- Information supplied
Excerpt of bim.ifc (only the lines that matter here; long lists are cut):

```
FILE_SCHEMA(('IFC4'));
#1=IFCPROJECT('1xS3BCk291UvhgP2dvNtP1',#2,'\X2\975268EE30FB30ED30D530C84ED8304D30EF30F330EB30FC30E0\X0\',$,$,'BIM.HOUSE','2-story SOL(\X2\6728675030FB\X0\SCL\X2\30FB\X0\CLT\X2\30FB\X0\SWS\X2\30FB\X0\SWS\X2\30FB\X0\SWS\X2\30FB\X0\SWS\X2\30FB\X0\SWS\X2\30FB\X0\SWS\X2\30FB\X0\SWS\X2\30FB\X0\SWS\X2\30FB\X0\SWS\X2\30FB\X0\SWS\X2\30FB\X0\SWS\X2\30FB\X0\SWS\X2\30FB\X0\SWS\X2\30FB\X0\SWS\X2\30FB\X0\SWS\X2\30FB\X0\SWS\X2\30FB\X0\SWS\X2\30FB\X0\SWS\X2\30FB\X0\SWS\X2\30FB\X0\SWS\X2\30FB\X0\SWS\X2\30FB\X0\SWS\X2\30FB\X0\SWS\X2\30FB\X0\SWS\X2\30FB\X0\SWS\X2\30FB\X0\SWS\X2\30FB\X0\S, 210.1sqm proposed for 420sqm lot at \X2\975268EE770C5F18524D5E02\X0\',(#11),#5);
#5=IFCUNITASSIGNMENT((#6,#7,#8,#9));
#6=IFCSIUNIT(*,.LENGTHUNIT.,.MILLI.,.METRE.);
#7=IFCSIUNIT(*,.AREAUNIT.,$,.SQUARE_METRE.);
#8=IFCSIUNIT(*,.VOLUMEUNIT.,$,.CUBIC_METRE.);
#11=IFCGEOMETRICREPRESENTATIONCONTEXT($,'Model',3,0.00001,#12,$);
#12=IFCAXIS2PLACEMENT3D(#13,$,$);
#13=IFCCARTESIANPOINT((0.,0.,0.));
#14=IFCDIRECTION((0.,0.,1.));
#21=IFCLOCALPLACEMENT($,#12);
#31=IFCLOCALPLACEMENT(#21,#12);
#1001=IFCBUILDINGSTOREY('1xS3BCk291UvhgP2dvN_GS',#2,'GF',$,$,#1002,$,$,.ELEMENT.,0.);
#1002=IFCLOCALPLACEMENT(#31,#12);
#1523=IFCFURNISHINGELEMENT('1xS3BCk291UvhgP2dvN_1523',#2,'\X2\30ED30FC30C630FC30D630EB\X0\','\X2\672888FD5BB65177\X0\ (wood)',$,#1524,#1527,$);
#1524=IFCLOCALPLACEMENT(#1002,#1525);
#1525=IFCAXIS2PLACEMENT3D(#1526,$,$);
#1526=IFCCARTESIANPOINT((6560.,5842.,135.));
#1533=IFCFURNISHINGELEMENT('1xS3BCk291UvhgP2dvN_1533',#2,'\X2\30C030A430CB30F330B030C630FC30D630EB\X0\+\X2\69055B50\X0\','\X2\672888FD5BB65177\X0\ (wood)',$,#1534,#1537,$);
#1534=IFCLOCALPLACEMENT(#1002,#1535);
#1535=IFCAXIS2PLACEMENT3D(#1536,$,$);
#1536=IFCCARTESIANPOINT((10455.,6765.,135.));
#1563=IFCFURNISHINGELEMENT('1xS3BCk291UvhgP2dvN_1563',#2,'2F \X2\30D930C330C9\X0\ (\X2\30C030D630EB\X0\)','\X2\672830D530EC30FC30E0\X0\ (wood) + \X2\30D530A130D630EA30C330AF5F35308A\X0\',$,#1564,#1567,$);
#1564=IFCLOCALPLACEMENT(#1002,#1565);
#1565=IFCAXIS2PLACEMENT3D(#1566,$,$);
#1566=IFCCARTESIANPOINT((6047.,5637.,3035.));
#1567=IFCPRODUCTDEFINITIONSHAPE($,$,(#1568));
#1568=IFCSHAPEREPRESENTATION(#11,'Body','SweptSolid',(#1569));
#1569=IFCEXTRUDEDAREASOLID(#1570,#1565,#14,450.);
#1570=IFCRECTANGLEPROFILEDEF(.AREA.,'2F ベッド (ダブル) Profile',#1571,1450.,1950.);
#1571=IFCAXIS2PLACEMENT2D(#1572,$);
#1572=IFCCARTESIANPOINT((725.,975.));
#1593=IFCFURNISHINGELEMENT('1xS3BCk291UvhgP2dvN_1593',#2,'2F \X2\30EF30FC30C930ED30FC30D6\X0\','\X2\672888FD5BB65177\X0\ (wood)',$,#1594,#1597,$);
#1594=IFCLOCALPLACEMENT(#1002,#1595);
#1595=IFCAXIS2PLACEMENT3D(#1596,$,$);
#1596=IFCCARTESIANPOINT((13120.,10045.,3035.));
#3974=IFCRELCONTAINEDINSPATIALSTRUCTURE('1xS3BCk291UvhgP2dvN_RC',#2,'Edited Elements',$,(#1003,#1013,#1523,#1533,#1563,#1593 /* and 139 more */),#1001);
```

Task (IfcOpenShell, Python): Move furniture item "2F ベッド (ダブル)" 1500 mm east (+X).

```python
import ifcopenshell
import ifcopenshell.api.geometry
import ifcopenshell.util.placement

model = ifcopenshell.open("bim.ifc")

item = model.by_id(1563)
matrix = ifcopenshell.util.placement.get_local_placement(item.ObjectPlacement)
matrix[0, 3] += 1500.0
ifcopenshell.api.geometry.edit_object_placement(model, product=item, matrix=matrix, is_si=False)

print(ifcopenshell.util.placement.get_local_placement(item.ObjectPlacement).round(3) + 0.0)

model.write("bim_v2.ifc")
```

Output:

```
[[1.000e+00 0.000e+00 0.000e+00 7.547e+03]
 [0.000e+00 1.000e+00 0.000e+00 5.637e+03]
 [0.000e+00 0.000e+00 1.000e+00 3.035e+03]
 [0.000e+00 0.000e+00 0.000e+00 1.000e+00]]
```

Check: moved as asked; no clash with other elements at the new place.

- Task requirements
The reply should contain all of the entries exactly as shown above.

- Problem solution
Excerpt of bim.ifc (only the lines that matter here; long lists are cut):

```
FILE_SCHEMA(('IFC4'));
#1=IFCPROJECT('1xS3BCk291UvhgP2dvNtP1',#2,'\X2\975268EE30FB30ED30D530C84ED8304D30EF30F330EB30FC30E0\X0\',$,$,'BIM.HOUSE','2-story SOL(\X2\6728675030FB\X0\SCL\X2\30FB\X0\CLT\X2\30FB\X0\SWS\X2\30FB\X0\SWS\X2\30FB\X0\SWS\X2\30FB\X0\SWS\X2\30FB\X0\SWS\X2\30FB\X0\SWS\X2\30FB\X0\SWS\X2\30FB\X0\SWS\X2\30FB\X0\SWS\X2\30FB\X0\SWS\X2\30FB\X0\SWS\X2\30FB\X0\SWS\X2\30FB\X0\SWS\X2\30FB\X0\SWS\X2\30FB\X0\SWS\X2\30FB\X0\SWS\X2\30FB\X0\SWS\X2\30FB\X0\SWS\X2\30FB\X0\SWS\X2\30FB\X0\SWS\X2\30FB\X0\SWS\X2\30FB\X0\SWS\X2\30FB\X0\SWS\X2\30FB\X0\SWS\X2\30FB\X0\SWS\X2\30FB\X0\SWS\X2\30FB\X0\S, 210.1sqm proposed for 420sqm lot at \X2\975268EE770C5F18524D5E02\X0\',(#11),#5);
#5=IFCUNITASSIGNMENT((#6,#7,#8,#9));
#6=IFCSIUNIT(*,.LENGTHUNIT.,.MILLI.,.METRE.);
#7=IFCSIUNIT(*,.AREAUNIT.,$,.SQUARE_METRE.);
#8=IFCSIUNIT(*,.VOLUMEUNIT.,$,.CUBIC_METRE.);
#11=IFCGEOMETRICREPRESENTATIONCONTEXT($,'Model',3,0.00001,#12,$);
#12=IFCAXIS2PLACEMENT3D(#13,$,$);
#13=IFCCARTESIANPOINT((0.,0.,0.));
#14=IFCDIRECTION((0.,0.,1.));
#21=IFCLOCALPLACEMENT($,#12);
#31=IFCLOCALPLACEMENT(#21,#12);
#1001=IFCBUILDINGSTOREY('1xS3BCk291UvhgP2dvN_GS',#2,'GF',$,$,#1002,$,$,.ELEMENT.,0.);
#1002=IFCLOCALPLACEMENT(#31,#12);
#1523=IFCFURNISHINGELEMENT('1xS3BCk291UvhgP2dvN_1523',#2,'\X2\30ED30FC30C630FC30D630EB\X0\','\X2\672888FD5BB65177\X0\ (wood)',$,#1524,#1527,$);
#1524=IFCLOCALPLACEMENT(#1002,#1525);
#1525=IFCAXIS2PLACEMENT3D(#1526,$,$);
#1526=IFCCARTESIANPOINT((6560.,5842.,135.));
#1533=IFCFURNISHINGELEMENT('1xS3BCk291UvhgP2dvN_1533',#2,'\X2\30C030A430CB30F330B030C630FC30D630EB\X0\+\X2\69055B50\X0\','\X2\672888FD5BB65177\X0\ (wood)',$,#1534,#1537,$);
#1534=IFCLOCALPLACEMENT(#1002,#1535);
#1535=IFCAXIS2PLACEMENT3D(#1536,$,$);
#1536=IFCCARTESIANPOINT((10455.,6765.,135.));
#1563=IFCFURNISHINGELEMENT('1xS3BCk291UvhgP2dvN_1563',#2,'2F \X2\30D930C330C9\X0\ (\X2\30C030D630EB\X0\)','\X2\672830D530EC30FC30E0\X0\ (wood) + \X2\30D530A130D630EA30C330AF5F35308A\X0\',$,#1564,#1567,$);
#1564=IFCLOCALPLACEMENT(#1002,#1565);
#1565=IFCAXIS2PLACEMENT3D(#1566,$,$);
#1566=IFCCARTESIANPOINT((6047.,5637.,3035.));
#1567=IFCPRODUCTDEFINITIONSHAPE($,$,(#1568));
#1568=IFCSHAPEREPRESENTATION(#11,'Body','SweptSolid',(#1569));
#1569=IFCEXTRUDEDAREASOLID(#1570,#1565,#14,450.);
#1570=IFCRECTANGLEPROFILEDEF(.AREA.,'2F ベッド (ダブル) Profile',#1571,1450.,1950.);
#1571=IFCAXIS2PLACEMENT2D(#1572,$);
#1572=IFCCARTESIANPOINT((725.,975.));
#1593=IFCFURNISHINGELEMENT('1xS3BCk291UvhgP2dvN_1593',#2,'2F \X2\30EF30FC30C930ED30FC30D6\X0\','\X2\672888FD5BB65177\X0\ (wood)',$,#1594,#1597,$);
#1594=IFCLOCALPLACEMENT(#1002,#1595);
#1595=IFCAXIS2PLACEMENT3D(#1596,$,$);
#1596=IFCCARTESIANPOINT((13120.,10045.,3035.));
#3974=IFCRELCONTAINEDINSPATIALSTRUCTURE('1xS3BCk291UvhgP2dvN_RC',#2,'Edited Elements',$,(#1003,#1013,#1523,#1533,#1563,#1593 /* and 139 more */),#1001);
```

Task (IfcOpenShell, Python): Move furniture item "2F ベッド (ダブル)" 1500 mm east (+X).

```python
import ifcopenshell
import ifcopenshell.api.geometry
import ifcopenshell.util.placement

model = ifcopenshell.open("bim.ifc")

item = model.by_id(1563)
matrix = ifcopenshell.util.placement.get_local_placement(item.ObjectPlacement)
matrix[0, 3] += 1500.0
ifcopenshell.api.geometry.edit_object_placement(model, product=item, matrix=matrix, is_si=False)

print(ifcopenshell.util.placement.get_local_placement(item.ObjectPlacement).round(3) + 0.0)

model.write("bim_v2.ifc")
```

Output:

```
[[1.000e+00 0.000e+00 0.000e+00 7.547e+03]
 [0.000e+00 1.000e+00 0.000e+00 5.637e+03]
 [0.000e+00 0.000e+00 1.000e+00 3.035e+03]
 [0.000e+00 0.000e+00 0.000e+00 1.000e+00]]
```

Check: moved as asked; no clash with other elements at the new place.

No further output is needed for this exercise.